The Privacy Boost SDK provides an integrated interface that abstracts all interactions between the onchain Shielded Pool contract and the offchain TEE infrastructure (TEE prover, TEE indexer) at the application layer. Through this, wallet and application developers can naturally integrate Privacy Boost functionality while maintaining the existing EOA-based key system, and users do not need to manage privacy-specific keys or a new wallet stack. The key functions provided by the SDK are as follows.
  • Deterministic Key Derivation Using a signature generated from the user’s EOA key as deterministic entropy, it automatically derives:
    • Viewing Key
    • Nullifier Key
    This process is separated from the existing key management system, and users do not need to manage additional mnemonics or new seeds.
  • Input Aggregation and TEE Request Handling It collects user inputs (Merkle proofs, value, nullifier key, etc.) and securely sends them to the TEE prover.
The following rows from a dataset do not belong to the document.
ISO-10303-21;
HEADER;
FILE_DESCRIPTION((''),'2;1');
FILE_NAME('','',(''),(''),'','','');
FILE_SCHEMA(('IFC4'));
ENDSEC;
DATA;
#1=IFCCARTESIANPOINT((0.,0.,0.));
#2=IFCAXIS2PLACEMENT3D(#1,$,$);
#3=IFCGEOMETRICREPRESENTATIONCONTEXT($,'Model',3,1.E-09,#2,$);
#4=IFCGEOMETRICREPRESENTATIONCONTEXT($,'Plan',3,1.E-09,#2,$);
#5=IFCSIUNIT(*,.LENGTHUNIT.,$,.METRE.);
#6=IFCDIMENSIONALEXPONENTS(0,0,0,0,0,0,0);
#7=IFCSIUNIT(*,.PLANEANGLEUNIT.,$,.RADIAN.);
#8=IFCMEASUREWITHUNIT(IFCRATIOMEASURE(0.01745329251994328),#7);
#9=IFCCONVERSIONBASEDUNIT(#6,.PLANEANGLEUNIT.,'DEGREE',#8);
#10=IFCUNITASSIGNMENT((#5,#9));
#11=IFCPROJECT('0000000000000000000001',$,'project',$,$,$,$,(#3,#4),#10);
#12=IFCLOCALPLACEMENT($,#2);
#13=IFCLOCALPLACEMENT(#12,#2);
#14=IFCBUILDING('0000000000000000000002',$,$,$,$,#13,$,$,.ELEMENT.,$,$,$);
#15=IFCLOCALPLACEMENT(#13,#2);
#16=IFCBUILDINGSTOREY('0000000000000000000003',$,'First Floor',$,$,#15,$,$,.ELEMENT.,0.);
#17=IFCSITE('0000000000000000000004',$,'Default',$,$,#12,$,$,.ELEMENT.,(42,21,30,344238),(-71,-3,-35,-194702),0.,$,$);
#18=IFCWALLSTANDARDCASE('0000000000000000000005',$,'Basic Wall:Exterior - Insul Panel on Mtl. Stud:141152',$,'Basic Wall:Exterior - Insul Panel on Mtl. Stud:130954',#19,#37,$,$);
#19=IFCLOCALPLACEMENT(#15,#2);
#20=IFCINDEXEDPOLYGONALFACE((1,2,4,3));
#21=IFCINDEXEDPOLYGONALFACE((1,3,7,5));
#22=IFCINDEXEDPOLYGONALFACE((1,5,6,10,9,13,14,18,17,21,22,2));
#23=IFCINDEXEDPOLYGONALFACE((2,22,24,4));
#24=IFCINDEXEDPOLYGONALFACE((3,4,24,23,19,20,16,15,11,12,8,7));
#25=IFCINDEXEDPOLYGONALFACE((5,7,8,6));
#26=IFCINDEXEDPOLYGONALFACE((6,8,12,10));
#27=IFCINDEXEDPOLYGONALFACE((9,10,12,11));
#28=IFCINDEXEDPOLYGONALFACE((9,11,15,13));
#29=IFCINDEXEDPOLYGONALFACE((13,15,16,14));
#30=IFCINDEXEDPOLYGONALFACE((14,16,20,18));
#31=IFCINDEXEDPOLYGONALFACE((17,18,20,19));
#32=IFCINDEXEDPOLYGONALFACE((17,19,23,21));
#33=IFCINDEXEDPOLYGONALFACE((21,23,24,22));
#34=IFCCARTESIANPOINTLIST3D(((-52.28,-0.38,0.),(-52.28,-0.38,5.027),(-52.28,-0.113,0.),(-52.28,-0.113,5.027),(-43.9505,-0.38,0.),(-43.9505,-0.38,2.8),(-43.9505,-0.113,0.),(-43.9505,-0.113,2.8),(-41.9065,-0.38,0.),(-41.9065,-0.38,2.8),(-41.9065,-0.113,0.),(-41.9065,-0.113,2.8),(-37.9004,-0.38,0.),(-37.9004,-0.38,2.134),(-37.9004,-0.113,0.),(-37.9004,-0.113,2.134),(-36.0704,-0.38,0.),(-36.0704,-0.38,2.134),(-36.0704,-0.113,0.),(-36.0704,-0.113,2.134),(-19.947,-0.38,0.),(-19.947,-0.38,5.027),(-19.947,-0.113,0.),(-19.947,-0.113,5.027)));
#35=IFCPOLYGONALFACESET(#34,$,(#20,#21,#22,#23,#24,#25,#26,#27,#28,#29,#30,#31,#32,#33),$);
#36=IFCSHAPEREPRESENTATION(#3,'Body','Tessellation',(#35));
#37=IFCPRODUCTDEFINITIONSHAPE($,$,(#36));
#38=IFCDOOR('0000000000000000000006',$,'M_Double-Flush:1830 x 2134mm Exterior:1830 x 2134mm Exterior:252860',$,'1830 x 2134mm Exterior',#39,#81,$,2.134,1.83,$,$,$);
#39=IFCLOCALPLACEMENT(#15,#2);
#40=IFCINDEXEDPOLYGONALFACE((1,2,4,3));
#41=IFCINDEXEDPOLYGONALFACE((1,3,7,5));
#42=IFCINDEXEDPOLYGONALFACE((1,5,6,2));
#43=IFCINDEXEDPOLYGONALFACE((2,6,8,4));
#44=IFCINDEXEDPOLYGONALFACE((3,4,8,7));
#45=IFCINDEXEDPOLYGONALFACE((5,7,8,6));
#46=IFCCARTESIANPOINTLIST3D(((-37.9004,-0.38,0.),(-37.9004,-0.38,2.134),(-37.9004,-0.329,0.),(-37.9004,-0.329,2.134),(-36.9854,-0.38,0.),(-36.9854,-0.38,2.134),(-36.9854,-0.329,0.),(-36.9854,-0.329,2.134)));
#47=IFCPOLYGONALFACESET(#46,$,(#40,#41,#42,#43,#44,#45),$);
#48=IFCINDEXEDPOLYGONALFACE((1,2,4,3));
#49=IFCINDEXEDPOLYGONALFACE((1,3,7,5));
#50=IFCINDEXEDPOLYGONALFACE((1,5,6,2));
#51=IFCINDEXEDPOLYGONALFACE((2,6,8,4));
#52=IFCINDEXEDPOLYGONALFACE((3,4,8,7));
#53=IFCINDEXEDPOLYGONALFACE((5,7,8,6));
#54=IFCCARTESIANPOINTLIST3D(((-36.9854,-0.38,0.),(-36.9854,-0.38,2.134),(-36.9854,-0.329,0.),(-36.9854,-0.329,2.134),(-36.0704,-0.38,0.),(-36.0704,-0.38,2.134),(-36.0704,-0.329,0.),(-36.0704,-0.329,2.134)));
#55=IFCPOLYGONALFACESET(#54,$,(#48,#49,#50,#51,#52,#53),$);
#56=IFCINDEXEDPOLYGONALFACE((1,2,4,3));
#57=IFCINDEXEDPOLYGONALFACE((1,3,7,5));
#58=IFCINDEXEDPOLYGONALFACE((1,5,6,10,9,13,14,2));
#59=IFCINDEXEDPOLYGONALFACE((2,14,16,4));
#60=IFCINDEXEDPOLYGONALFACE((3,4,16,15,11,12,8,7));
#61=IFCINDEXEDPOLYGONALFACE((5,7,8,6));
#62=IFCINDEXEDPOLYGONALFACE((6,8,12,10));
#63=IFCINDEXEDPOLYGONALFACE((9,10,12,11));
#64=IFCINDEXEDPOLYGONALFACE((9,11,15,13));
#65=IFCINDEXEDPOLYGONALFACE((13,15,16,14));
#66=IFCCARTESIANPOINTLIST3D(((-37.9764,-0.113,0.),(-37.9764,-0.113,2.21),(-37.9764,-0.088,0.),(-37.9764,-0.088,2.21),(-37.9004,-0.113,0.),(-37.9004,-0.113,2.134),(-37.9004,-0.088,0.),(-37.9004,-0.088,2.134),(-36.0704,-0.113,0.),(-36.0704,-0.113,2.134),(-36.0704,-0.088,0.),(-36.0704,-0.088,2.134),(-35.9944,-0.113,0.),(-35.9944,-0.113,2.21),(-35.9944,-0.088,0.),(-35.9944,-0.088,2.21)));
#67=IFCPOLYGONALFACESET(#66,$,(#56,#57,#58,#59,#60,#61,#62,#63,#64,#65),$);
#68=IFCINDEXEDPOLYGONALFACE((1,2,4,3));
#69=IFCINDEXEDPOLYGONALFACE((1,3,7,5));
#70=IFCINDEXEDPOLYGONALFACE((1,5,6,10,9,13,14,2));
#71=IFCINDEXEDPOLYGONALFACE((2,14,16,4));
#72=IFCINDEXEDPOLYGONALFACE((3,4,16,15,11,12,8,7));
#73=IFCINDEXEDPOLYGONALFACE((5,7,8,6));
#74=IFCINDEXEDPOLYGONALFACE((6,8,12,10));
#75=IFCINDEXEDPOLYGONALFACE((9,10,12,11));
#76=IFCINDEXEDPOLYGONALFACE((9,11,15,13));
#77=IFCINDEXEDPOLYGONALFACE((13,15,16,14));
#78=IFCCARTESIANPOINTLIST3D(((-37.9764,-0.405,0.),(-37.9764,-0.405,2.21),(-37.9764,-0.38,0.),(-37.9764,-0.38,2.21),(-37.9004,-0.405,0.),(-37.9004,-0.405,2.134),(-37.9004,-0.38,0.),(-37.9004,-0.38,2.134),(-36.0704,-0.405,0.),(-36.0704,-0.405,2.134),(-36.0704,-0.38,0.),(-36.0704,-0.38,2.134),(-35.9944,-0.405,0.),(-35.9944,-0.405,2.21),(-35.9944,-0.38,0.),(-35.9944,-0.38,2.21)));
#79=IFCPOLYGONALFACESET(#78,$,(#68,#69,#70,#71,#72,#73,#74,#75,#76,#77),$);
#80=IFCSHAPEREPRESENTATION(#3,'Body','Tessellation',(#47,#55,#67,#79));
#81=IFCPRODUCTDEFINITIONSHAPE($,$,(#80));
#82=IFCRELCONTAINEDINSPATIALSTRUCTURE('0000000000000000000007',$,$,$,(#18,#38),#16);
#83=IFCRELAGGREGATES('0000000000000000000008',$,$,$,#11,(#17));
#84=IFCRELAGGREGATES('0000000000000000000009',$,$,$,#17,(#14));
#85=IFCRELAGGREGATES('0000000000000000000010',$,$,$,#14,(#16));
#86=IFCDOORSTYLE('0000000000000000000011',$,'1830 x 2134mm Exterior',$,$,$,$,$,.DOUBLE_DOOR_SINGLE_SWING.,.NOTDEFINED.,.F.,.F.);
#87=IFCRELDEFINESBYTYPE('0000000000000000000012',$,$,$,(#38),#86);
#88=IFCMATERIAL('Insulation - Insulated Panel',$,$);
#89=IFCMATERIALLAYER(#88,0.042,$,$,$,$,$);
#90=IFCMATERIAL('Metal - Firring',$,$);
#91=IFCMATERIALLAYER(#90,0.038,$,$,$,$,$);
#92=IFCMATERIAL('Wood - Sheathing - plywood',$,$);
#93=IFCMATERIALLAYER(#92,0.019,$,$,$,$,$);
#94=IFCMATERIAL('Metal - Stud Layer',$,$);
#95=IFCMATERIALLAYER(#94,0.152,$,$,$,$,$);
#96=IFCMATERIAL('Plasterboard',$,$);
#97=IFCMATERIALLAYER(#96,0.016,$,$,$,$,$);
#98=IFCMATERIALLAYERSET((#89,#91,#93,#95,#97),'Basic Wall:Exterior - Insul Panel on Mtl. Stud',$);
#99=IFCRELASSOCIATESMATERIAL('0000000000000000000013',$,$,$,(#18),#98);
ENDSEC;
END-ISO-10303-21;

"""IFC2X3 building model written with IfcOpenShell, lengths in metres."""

from ifc_helpers import new_model, entity, si_unit, converted_unit, frame, frame_2d, origin, origin_2d_with_axis, place, context, project, spatial, polyline, rectangle, outline, extrude, source, transform, mapped, material, layer, layer_set, layer_usage, type_object, type_shapes, element, fill, save


model = new_model("IFC2X3")

# Units and contexts
model_context = context("Model", 3, precision=1e-09, world=origin())
plan_context = context("Plan", 3, precision=1e-09, world=origin())
ifc_project = project(units=[si_unit("LENGTHUNIT", "METRE"), converted_unit("PLANEANGLEUNIT", "DEGREE", entity("IfcRatioMeasure", 0.01745329251994328), si_unit("PLANEANGLEUNIT", "RADIAN"), dimensions=[0, 0, 0, 0, 0, 0, 0])], contexts=[model_context, plan_context])

# Site, building, storey
site_placement = place(None, origin())
site = spatial("IfcSite", under=ifc_project, at=site_placement, Name="Default", CompositionType="ELEMENT", RefLatitude=(42, 21, 30, 344238), RefLongitude=(-71, -3, -35, -194702), RefElevation=0.0)
building_placement = place(site_placement, origin())
building = spatial("IfcBuilding", under=site, at=building_placement, CompositionType="ELEMENT")
storey_placement = place(building_placement, origin())
storey = spatial("IfcBuildingStorey", under=building, at=storey_placement, Name="First Floor", CompositionType="ELEMENT", Elevation=0.0)

# Wall, openings, door
ifc_material_1 = material(Name="Insulation - Insulated Panel")
ifc_layer_1 = layer(ifc_material_1, 0.042)
ifc_material_2 = material(Name="Metal - Firring")
ifc_layer_2 = layer(ifc_material_2, 0.038)
ifc_material_3 = material(Name="Wood - Sheathing - plywood")
ifc_layer_3 = layer(ifc_material_3, 0.019)
ifc_material_4 = material(Name="Metal - Stud Layer")
ifc_layer_4 = layer(ifc_material_4, 0.152)
ifc_material_5 = material(Name="Plasterboard")
ifc_layer_5 = layer(ifc_material_5, 0.016)
ifc_layer_set_1 = layer_set([ifc_layer_1, ifc_layer_2, ifc_layer_3, ifc_layer_4, ifc_layer_5], Name="Basic Wall:Exterior - Insul Panel on Mtl. Stud")
ifc_layer_usage_1 = layer_usage(ifc_layer_set_1, "AXIS2", "NEGATIVE", 0.1335)
wall_1_placement = place(storey_placement, frame((-19.947, -0.2465, 0.0), z_axis=(0.0, 0.0, 1.0), x_axis=(-1.0, 0.0, 0.0)))
wall_1 = element("IfcWallStandardCase", 1, at=wall_1_placement, inside=storey, material=ifc_layer_usage_1, Name="Basic Wall:Exterior - Insul Panel on Mtl. Stud:141152", ObjectType="Basic Wall:Exterior - Insul Panel on Mtl. Stud:130954", context=model_context, shape_type="SweptSolid", body=[
    extrude(rectangle(XDim=32.333, YDim=0.267, at=frame_2d((16.1665, 0.0), x_axis=(-1.0, 0.0))), origin(), (0.0, 0.0, 1.0), 5.027),
])
opening_1_placement = place(wall_1_placement, frame((22.9815, 0.1335, 1.4)))
element("IfcOpeningElement", 2, at=opening_1_placement, cuts=wall_1, ObjectType="Opening", context=model_context, shape_type="SweptSolid", body=[
    extrude(rectangle(XDim=2.8, YDim=2.044, at=frame_2d((0.0, 0.0), x_axis=(0.0, 1.0))), frame((0.0, 0.0, 0.0), z_axis=(0.0, -1.0, 0.0), x_axis=(1.0, 0.0, 0.0)), (0.0, 0.0, 1.0), 0.267),
])
opening_2_placement = place(wall_1_placement, frame((16.1234, -0.1335, 0.0)))
opening_2 = element("IfcOpeningElement", 3, at=opening_2_placement, cuts=wall_1, ObjectType="Opening", context=model_context, shape_type="SweptSolid", body=[
    extrude(rectangle(XDim=2.134, YDim=1.83, at=frame_2d((1.067, 0.915), x_axis=(1.0, 0.0))), frame((0.0, 0.0, 0.0), z_axis=(0.0, 1.0, 0.0), x_axis=(0.0, 0.0, 1.0)), (0.0, 0.0, 1.0), 0.267),
])
door_style_1 = type_object("IfcDoorStyle", Name="1830 x 2134mm Exterior", ConstructionType="NOTDEFINED", OperationType="DOUBLE_DOOR_SINGLE_SWING", ParameterTakesPrecedence=False, Sizeable=False)
shared_shape_1 = source(origin(), model_context, "Body", "SweptSolid", [
    extrude(rectangle(XDim=0.051, YDim=0.915, at=origin_2d_with_axis()), frame((1.3725, 0.2415, 0.0), z_axis=(0.0, 0.0, 1.0), x_axis=(0.0, -1.0, 0.0)), (0.0, 0.0, 1.0), 2.134),
    extrude(rectangle(XDim=0.051, YDim=0.915, at=origin_2d_with_axis()), frame((0.4575, 0.2415, 0.0), z_axis=(0.0, 0.0, 1.0), x_axis=(0.0, -1.0, 0.0)), (0.0, 0.0, 1.0), 2.134),
    extrude(outline(polyline([(-1.048, 0.915), (1.086, 0.915), (1.086, 0.991), (-1.124, 0.991), (-1.124, -0.991), (1.086, -0.991), (1.086, -0.915), (-1.048, -0.915), (-1.048, 0.915)])), frame((0.915, -0.025, 1.086), z_axis=(0.0, 1.0, 0.0), x_axis=(0.0, 0.0, -1.0)), (0.0, 0.0, 1.0), 0.025),
    extrude(outline(polyline([(-1.048, 0.915), (1.086, 0.915), (1.086, 0.991), (-1.124, 0.991), (-1.124, -0.991), (1.086, -0.991), (1.086, -0.915), (-1.048, -0.915), (-1.048, 0.915)])), frame((0.915, 0.267, 1.086), z_axis=(0.0, 1.0, 0.0), x_axis=(0.0, 0.0, -1.0)), (0.0, 0.0, 1.0), 0.025),
])
type_shapes(door_style_1, [shared_shape_1])
door_1_placement = place(opening_2_placement, origin())
door_1 = element("IfcDoor", 4, at=door_1_placement, inside=storey, type_object=door_style_1, Name="M_Double-Flush:1830 x 2134mm Exterior:1830 x 2134mm Exterior:252860", ObjectType="1830 x 2134mm Exterior", OverallHeight=2.134, OverallWidth=1.83, context=model_context, shape_type="MappedRepresentation", body=[
    mapped(shared_shape_1, transform((0.0, 0.0, 0.0), scale=1.0)),
])
fill(opening_2, door_1)

save(model, "model.ifc")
The SDK encapsulates TEE attestation verification, error handling, response parsing, authentication, and similar processes, allowing applications to request proof generation with simple function calls.
  • Balance and State Query API It provides a high-level API to query user state (owned UTXOs, balances, transaction history, nullification status, etc.) maintained by the TEE indexer. Developers therefore do not need to implement complex logic such as event scanning or ECDH decryption.
  • Zero-trust API The SDK enforces a zero-trust communication model by requiring remote attestation verification while interacting with backend TEE services. This guarantees that requests are served only by the intended TEE instance running the correct code, eliminating the need to trust offchain infrastructure operators or intermediaries. By handling attestation verification transparently within the SDK, Privacy Boost enables applications to safely transmit sensitive user data without exposing it to untrusted environments, while allowing developers to rely on hardware-backed guarantees without introducing operational complexity.
The SDK is designed with the goal of offloading all complex operations—ZK proof generation, nullifier management, encryption/decryption of UTXOs—to the offchain side while exposing only a simple API surface to clients. This enables any wallet or application to integrate Privacy Boost’s privacy functionality with minimal modifications.

TEE Indexer

The TEE indexer identifies information such as the sender, recipient, and transfer amount for all transactions occurring within Privacy Boost, and maintains the user’s balance state and transaction history offchain. This serves 2 purposes:
  1. To achieve instant UX by eliminating the need for users to scan all blockchain events each time.
  2. To securely store detailed transaction data (e.g. sender, recipient, token, amount) generated by the prover for regulatory audits and selective disclosure.

TEE Prover

The TEE prover generates a Groth16 proof based on the input provided by the user. The prover performs the following:
  • Verification of user signatures
  • Full ZK proof generation, including Merkle proof verification, balance checks, nullifier calculation, etc.
  • Delivery of transaction data to the indexer
  • Onchain transaction submission on behalf of the user
Thanks to this structure, user devices can enjoy instantaneous transaction experiences without performing any ZK computation.